(Saved entries)
-.-.-

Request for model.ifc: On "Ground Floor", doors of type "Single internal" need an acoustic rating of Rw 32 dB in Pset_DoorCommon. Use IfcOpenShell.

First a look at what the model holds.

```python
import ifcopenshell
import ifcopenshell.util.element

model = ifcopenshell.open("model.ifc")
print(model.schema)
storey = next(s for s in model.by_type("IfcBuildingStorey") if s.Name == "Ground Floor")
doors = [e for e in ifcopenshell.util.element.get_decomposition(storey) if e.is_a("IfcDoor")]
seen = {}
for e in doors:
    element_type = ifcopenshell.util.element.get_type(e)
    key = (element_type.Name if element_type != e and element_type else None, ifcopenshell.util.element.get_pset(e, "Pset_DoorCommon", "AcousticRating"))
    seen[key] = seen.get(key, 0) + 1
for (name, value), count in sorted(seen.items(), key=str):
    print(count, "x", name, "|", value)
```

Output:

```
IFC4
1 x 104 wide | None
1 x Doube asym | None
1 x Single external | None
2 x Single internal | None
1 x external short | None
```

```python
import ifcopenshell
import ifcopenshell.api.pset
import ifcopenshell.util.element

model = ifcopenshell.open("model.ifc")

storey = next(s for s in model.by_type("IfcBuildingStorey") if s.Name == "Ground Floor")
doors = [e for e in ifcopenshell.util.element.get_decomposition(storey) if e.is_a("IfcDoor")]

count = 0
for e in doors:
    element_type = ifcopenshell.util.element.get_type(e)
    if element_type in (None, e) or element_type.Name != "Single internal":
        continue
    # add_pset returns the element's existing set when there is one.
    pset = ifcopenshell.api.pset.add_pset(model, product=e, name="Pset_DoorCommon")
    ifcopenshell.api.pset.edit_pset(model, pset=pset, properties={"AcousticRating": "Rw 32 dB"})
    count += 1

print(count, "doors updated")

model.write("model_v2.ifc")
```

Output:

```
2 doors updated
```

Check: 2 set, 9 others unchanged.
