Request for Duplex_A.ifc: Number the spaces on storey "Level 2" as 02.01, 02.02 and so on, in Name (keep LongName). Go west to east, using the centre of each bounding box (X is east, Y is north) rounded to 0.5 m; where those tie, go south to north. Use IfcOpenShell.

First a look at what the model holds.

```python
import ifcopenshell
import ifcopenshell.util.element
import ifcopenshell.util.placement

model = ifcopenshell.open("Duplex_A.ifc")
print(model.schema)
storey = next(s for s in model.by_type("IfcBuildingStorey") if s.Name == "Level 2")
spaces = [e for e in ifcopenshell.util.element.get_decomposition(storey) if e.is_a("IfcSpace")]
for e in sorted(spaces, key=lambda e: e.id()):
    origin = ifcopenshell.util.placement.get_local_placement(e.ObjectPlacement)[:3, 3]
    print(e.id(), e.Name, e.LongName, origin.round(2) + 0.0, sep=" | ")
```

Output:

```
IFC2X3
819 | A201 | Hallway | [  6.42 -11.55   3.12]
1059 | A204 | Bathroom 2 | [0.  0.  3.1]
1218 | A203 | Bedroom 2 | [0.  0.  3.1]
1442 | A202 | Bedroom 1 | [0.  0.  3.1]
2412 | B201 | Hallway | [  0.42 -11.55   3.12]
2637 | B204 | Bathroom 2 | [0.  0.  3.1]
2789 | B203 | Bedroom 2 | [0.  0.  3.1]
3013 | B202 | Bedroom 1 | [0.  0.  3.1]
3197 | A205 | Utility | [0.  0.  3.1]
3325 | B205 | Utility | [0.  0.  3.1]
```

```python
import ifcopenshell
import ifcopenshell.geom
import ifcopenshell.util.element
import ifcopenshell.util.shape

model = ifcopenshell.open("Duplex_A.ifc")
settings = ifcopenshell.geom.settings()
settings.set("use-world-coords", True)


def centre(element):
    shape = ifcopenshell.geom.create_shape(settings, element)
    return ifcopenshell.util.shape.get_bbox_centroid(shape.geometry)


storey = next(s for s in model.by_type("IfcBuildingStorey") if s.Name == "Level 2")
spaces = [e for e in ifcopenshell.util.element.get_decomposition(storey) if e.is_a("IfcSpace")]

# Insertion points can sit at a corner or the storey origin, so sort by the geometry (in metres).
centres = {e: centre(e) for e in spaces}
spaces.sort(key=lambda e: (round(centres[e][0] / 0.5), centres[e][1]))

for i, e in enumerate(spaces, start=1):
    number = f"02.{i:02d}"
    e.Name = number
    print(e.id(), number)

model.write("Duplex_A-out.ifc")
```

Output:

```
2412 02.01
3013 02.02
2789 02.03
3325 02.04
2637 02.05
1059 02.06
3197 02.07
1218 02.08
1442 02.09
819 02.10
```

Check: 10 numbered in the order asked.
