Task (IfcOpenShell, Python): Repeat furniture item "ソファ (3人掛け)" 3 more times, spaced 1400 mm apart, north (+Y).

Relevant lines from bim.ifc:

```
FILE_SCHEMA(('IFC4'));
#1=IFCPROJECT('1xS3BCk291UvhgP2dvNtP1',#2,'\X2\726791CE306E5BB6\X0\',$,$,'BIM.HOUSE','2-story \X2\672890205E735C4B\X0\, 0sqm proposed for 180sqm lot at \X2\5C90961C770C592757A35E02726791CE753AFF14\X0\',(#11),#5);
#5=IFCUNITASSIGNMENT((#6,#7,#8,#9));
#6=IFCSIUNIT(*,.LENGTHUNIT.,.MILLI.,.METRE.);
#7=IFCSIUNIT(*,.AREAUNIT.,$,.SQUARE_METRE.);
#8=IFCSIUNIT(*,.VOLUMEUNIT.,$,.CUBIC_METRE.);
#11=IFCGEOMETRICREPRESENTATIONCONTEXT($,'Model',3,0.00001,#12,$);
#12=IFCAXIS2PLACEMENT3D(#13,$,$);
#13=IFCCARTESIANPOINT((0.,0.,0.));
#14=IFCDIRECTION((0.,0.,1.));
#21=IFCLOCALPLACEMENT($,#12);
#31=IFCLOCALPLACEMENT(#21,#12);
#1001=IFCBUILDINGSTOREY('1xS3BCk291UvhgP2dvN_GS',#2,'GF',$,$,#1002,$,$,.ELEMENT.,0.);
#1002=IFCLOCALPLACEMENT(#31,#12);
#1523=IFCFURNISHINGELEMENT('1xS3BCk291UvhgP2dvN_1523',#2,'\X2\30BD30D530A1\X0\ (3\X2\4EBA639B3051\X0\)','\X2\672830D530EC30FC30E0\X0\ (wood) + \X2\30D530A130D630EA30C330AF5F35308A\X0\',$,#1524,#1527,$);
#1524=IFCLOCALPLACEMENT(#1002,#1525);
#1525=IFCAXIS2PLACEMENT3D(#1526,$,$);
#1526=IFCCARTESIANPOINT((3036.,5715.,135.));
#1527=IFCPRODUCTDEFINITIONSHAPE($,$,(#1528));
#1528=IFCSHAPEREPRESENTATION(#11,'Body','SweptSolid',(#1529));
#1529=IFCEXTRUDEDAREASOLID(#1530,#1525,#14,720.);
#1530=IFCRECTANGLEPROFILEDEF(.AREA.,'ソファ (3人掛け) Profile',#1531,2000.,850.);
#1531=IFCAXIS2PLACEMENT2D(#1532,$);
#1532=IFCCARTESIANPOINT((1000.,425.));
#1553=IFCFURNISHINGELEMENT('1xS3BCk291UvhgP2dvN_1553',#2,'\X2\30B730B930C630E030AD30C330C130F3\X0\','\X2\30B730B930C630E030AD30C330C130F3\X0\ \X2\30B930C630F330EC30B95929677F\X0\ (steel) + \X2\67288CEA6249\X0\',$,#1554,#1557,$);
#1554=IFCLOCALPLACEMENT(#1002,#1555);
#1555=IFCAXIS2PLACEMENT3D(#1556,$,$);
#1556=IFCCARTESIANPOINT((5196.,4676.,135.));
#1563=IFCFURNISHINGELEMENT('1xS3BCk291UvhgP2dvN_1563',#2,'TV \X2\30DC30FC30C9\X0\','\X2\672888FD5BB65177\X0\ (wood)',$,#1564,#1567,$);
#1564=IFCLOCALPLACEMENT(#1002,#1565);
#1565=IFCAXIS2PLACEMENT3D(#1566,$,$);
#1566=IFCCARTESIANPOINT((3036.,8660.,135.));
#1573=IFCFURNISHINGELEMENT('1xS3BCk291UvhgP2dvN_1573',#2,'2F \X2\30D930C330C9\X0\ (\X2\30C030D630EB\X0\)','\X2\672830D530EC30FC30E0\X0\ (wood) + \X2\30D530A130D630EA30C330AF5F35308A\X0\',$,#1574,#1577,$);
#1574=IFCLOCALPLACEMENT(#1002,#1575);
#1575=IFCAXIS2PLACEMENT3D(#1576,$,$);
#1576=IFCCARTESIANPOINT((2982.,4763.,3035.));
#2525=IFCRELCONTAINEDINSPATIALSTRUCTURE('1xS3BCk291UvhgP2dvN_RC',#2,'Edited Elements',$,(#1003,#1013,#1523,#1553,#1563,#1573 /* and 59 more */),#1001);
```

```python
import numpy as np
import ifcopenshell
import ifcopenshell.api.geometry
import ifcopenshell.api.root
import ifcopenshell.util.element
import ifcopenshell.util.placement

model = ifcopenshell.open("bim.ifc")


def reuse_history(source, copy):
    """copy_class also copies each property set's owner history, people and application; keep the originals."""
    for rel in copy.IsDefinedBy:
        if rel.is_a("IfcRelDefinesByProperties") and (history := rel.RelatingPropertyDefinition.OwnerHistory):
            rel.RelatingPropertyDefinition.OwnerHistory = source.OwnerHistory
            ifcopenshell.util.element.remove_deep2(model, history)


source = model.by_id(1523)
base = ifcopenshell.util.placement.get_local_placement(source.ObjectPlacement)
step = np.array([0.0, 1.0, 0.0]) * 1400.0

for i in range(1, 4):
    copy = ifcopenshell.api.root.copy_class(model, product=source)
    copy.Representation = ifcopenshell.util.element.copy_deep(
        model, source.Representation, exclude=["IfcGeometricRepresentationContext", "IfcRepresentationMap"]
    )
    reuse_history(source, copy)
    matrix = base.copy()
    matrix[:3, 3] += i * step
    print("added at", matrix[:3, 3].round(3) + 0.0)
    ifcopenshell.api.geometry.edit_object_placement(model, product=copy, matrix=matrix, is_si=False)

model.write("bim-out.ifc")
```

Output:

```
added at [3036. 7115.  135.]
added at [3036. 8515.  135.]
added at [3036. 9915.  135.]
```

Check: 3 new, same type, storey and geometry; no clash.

-.-.-

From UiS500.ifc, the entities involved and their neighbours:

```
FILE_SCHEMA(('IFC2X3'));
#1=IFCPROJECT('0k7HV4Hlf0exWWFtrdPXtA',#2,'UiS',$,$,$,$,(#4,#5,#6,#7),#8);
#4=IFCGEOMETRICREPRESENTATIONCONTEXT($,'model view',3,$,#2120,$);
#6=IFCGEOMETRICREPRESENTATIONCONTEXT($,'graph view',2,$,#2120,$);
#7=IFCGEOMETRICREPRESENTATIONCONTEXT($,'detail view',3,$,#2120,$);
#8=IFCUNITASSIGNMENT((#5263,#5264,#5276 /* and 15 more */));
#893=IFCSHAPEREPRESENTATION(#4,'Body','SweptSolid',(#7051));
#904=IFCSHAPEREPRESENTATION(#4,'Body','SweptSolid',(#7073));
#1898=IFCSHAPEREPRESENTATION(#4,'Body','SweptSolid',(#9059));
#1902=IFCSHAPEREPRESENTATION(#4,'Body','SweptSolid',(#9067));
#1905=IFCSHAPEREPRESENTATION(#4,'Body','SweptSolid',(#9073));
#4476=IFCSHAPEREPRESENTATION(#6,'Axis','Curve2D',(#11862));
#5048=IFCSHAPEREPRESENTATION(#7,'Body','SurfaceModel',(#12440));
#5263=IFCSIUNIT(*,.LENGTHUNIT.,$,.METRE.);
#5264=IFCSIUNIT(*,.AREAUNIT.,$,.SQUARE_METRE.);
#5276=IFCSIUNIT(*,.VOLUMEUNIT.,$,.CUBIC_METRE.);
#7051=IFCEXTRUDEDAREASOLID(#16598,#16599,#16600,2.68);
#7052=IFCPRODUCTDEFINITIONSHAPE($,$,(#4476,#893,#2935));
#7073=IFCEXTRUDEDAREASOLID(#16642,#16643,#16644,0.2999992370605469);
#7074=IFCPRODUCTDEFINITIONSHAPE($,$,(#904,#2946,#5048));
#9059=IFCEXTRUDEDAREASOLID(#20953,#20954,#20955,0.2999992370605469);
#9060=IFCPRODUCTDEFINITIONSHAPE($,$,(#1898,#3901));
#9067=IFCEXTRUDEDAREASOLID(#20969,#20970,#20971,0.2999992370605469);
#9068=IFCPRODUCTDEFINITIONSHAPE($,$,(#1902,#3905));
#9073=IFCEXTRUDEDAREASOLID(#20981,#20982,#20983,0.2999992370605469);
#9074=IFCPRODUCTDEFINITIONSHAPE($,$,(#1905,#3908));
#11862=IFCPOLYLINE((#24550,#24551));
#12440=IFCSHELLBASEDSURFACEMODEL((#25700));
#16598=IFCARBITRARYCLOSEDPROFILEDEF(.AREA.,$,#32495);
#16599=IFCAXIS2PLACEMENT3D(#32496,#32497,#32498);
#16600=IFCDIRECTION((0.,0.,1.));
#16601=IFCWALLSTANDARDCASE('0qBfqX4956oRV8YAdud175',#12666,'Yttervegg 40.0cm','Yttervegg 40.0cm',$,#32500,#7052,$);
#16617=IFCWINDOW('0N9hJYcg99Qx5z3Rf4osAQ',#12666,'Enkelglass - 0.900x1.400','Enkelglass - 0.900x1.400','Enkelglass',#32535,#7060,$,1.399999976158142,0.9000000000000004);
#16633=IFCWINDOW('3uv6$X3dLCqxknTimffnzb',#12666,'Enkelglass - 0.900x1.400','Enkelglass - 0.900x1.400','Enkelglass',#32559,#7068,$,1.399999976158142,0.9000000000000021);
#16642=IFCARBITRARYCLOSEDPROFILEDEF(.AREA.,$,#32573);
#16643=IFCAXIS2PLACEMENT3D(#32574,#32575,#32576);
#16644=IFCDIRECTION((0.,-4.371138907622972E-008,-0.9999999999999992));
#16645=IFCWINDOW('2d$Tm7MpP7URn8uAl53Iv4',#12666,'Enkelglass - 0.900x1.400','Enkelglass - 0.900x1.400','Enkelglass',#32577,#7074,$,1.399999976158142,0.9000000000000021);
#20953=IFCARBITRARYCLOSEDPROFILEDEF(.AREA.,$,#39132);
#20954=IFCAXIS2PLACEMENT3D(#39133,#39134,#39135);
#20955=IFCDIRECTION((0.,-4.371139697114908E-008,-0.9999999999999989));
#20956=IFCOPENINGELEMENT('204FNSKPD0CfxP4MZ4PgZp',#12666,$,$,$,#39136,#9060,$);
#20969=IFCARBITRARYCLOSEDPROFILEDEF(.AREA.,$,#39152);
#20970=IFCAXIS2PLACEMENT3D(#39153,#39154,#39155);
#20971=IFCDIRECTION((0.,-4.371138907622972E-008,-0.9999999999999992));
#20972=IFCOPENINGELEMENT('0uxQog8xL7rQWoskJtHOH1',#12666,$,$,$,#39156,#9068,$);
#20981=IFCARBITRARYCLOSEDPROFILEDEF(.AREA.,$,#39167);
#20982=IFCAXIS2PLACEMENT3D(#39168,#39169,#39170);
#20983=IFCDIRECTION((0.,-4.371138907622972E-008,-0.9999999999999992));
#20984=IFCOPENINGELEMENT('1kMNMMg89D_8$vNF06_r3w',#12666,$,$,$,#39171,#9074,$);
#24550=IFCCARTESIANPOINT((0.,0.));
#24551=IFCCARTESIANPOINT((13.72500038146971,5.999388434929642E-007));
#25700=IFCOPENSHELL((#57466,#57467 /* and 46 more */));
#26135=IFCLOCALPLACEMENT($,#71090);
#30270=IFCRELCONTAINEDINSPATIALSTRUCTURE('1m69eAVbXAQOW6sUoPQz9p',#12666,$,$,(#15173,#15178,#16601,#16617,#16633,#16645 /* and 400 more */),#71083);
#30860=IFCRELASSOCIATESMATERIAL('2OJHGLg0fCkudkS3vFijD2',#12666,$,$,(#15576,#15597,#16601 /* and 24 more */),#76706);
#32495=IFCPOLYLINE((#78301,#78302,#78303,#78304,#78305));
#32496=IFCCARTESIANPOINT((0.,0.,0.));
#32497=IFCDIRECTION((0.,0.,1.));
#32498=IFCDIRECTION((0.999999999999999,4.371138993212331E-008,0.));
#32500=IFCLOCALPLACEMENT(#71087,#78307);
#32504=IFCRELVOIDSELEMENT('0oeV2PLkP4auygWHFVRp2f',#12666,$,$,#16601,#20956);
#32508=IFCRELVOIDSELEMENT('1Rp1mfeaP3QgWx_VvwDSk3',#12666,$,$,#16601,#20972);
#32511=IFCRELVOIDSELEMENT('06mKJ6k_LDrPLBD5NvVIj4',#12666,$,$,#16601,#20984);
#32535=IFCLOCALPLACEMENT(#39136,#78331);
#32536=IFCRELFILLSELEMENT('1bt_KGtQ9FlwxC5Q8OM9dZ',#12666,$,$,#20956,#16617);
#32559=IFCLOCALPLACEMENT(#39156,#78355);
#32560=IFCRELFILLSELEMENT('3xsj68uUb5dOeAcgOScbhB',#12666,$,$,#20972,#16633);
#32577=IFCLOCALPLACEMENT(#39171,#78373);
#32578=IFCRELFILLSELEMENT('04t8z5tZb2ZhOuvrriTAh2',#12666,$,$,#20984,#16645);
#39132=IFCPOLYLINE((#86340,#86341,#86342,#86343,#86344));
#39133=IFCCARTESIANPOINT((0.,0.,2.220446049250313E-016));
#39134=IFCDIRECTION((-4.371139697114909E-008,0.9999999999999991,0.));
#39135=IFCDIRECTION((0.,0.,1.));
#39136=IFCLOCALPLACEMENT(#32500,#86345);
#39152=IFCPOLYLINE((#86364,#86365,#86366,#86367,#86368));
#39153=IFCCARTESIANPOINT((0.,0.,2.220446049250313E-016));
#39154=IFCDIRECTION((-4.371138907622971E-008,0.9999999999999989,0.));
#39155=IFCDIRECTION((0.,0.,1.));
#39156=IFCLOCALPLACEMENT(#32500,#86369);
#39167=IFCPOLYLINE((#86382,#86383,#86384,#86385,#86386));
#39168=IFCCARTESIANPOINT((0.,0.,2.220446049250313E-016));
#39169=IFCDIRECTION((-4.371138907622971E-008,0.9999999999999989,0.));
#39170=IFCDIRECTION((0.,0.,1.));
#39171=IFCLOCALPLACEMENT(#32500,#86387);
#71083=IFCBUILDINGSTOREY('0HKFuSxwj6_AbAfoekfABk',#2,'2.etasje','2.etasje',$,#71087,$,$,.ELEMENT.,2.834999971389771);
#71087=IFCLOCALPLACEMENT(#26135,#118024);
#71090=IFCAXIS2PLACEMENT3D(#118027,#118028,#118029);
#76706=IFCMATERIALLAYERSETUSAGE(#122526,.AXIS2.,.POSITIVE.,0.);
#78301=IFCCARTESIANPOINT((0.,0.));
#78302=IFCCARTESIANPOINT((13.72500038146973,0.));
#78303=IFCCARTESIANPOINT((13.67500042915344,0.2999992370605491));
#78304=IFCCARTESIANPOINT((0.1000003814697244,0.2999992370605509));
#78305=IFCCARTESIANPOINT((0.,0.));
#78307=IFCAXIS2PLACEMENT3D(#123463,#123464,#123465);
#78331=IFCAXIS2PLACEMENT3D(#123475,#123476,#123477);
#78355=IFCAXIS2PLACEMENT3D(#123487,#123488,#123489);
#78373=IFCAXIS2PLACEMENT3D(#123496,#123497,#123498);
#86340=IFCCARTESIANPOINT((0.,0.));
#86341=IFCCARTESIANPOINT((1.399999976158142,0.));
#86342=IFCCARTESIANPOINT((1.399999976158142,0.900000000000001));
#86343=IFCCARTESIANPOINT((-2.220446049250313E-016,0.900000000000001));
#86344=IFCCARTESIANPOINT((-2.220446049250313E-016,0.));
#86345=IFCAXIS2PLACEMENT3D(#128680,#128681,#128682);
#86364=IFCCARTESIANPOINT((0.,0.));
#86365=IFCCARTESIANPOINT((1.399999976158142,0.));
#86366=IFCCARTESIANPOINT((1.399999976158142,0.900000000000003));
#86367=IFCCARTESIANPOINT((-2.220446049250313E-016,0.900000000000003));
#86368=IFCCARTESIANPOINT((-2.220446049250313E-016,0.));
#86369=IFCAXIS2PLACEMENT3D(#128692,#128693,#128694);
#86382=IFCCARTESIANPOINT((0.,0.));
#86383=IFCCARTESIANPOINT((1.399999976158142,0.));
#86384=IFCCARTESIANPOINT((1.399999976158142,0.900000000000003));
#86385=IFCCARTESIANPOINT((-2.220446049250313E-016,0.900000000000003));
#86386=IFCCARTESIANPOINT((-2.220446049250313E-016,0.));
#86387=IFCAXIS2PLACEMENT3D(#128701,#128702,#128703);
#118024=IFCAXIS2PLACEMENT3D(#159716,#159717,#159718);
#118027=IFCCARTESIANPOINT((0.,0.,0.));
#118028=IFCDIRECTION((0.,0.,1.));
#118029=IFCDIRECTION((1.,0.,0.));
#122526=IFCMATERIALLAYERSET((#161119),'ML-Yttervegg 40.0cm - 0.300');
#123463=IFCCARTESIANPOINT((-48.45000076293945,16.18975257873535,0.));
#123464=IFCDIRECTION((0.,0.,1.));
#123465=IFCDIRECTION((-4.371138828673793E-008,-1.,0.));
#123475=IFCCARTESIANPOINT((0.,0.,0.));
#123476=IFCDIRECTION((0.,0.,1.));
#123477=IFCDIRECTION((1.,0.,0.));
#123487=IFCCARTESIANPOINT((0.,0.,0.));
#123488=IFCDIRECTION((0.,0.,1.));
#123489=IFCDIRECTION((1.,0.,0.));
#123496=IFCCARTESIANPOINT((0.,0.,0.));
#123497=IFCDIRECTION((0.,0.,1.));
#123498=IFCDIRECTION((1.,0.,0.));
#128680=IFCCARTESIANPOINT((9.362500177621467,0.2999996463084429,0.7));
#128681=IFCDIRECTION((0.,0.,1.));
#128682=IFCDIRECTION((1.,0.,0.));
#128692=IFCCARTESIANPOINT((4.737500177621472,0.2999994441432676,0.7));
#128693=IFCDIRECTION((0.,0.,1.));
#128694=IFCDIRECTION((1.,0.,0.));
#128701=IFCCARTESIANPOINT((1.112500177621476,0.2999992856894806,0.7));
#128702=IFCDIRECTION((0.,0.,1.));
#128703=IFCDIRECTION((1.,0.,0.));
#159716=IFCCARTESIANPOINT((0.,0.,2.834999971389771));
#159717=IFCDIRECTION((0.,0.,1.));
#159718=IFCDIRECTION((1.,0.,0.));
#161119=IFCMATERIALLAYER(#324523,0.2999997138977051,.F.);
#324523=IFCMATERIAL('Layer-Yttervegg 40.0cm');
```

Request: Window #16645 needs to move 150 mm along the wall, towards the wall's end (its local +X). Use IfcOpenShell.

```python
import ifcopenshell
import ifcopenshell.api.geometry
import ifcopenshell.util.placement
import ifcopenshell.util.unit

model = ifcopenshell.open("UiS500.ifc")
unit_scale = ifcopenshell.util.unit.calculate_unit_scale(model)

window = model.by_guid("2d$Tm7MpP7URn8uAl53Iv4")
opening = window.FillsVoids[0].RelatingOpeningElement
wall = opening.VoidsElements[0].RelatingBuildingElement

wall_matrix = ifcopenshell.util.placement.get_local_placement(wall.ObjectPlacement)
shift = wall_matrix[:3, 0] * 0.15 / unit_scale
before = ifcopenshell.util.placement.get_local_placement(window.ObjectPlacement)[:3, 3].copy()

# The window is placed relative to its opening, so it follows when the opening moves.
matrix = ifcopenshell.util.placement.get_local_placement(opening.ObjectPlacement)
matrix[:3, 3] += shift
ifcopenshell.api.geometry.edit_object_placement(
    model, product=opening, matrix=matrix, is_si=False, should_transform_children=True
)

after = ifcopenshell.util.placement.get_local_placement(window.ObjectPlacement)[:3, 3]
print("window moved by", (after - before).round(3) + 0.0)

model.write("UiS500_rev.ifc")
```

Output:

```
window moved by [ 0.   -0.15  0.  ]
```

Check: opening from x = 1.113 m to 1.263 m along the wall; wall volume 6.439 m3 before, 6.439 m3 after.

-.-.-

*Exercise*. Each line of the entries where the string "AREAUNIT" occurs should be shown.

*Completed exercise*.
#7=IFCSIUNIT(*,.AREAUNIT.,$,.SQUARE_METRE.);
#5264=IFCSIUNIT(*,.AREAUNIT.,$,.SQUARE_METRE.);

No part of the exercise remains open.